Retype, word for word, every line from the one holding "#98=IFCINDEXEDPOLYGONALFACE((16,20,22,18));" through the one holding "#108=IFCINDEXEDPOLYGONALFACE((36,40,42,38));" in the entries below, both included, and only those lines.
'''
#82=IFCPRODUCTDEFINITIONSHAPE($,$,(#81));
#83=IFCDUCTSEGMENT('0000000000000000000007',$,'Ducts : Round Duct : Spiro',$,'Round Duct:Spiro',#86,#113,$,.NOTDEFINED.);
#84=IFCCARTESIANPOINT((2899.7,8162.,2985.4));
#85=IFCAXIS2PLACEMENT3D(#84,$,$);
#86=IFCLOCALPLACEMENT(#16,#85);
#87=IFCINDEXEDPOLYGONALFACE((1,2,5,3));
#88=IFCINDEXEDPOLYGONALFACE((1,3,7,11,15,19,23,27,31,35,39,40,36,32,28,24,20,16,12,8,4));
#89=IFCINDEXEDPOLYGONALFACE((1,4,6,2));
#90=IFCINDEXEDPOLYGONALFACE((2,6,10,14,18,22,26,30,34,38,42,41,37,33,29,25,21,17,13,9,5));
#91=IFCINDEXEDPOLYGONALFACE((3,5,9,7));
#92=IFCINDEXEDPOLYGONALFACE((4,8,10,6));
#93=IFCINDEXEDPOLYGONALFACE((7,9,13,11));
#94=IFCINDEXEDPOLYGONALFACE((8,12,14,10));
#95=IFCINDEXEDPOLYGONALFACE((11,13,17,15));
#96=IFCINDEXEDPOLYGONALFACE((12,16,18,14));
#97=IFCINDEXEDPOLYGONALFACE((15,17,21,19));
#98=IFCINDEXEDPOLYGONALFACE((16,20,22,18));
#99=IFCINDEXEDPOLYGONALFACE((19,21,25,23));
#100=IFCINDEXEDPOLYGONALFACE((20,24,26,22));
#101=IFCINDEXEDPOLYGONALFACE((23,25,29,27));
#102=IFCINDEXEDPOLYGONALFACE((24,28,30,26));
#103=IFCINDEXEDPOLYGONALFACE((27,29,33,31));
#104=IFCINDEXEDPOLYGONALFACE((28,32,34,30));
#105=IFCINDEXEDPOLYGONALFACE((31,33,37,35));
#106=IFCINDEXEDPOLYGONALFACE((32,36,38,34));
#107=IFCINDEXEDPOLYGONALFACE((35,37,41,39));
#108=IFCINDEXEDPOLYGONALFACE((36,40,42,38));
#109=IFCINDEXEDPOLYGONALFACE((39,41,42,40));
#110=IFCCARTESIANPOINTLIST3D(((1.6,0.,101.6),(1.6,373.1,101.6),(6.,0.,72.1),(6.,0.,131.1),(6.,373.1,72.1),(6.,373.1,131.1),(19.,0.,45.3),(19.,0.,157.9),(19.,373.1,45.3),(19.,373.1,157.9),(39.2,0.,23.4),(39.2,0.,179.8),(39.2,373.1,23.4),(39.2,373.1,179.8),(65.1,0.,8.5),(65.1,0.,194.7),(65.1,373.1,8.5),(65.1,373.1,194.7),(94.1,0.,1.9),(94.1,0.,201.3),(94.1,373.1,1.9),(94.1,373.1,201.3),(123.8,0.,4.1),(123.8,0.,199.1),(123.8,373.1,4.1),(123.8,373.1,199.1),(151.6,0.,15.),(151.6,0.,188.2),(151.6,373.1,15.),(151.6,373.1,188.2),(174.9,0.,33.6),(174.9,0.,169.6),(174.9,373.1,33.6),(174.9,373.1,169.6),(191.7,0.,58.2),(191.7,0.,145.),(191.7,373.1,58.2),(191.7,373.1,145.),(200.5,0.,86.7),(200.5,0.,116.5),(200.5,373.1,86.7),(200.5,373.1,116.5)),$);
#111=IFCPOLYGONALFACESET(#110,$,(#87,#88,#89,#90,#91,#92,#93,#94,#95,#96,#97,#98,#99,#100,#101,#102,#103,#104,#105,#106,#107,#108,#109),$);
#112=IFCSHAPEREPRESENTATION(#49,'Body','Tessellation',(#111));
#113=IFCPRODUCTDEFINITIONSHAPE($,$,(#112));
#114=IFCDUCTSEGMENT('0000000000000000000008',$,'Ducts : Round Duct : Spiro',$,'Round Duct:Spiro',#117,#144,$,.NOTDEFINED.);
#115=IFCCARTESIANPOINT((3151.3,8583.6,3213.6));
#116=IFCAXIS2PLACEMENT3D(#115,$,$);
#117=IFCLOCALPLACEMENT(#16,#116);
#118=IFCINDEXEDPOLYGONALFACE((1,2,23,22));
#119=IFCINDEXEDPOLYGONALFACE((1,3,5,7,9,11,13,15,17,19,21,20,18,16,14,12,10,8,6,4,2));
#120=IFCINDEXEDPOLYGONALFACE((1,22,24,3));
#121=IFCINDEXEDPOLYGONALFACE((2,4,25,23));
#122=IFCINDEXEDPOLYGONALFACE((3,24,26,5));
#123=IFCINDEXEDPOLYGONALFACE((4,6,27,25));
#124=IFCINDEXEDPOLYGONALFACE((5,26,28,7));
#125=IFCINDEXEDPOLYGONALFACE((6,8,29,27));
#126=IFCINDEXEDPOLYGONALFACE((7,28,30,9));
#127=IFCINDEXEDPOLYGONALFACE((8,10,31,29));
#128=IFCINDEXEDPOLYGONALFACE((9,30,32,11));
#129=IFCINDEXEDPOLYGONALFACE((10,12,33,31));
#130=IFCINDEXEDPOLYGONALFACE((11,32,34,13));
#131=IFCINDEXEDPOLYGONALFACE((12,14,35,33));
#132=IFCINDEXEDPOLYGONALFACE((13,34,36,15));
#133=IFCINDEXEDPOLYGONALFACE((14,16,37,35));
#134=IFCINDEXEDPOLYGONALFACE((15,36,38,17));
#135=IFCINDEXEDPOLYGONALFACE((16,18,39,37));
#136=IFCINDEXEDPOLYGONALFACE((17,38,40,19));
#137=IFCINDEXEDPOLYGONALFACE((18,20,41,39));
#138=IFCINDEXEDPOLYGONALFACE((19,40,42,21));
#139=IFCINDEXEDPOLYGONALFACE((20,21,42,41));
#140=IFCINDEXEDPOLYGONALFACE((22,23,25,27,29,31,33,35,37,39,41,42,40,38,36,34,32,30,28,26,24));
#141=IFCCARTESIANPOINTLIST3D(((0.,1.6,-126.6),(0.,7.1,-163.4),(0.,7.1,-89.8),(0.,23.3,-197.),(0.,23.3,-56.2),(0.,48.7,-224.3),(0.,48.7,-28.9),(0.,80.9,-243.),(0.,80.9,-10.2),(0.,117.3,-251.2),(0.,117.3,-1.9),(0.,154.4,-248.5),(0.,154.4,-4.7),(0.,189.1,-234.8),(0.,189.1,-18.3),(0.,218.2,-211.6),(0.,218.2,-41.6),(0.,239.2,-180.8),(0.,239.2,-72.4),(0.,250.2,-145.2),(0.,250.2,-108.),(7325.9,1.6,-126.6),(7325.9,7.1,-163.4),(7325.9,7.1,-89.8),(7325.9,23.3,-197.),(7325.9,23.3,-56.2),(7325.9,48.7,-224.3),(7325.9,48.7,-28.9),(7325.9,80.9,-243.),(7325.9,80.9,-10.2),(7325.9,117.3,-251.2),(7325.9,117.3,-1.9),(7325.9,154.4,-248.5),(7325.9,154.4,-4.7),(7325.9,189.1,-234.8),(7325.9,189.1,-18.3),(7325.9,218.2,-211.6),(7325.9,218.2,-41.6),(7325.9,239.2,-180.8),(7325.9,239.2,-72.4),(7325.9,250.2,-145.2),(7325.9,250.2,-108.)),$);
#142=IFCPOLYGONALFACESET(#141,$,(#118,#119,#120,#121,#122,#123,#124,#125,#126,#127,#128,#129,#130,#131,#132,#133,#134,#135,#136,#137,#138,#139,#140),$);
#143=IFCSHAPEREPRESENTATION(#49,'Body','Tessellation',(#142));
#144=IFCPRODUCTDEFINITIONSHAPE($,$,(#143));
'''
EXERCISE ANSWER:
#98=IFCINDEXEDPOLYGONALFACE((16,20,22,18));
#99=IFCINDEXEDPOLYGONALFACE((19,21,25,23));
#100=IFCINDEXEDPOLYGONALFACE((20,24,26,22));
#101=IFCINDEXEDPOLYGONALFACE((23,25,29,27));
#102=IFCINDEXEDPOLYGONALFACE((24,28,30,26));
#103=IFCINDEXEDPOLYGONALFACE((27,29,33,31));
#104=IFCINDEXEDPOLYGONALFACE((28,32,34,30));
#105=IFCINDEXEDPOLYGONALFACE((31,33,37,35));
#106=IFCINDEXEDPOLYGONALFACE((32,36,38,34));
#107=IFCINDEXEDPOLYGONALFACE((35,37,41,39));
#108=IFCINDEXEDPOLYGONALFACE((36,40,42,38));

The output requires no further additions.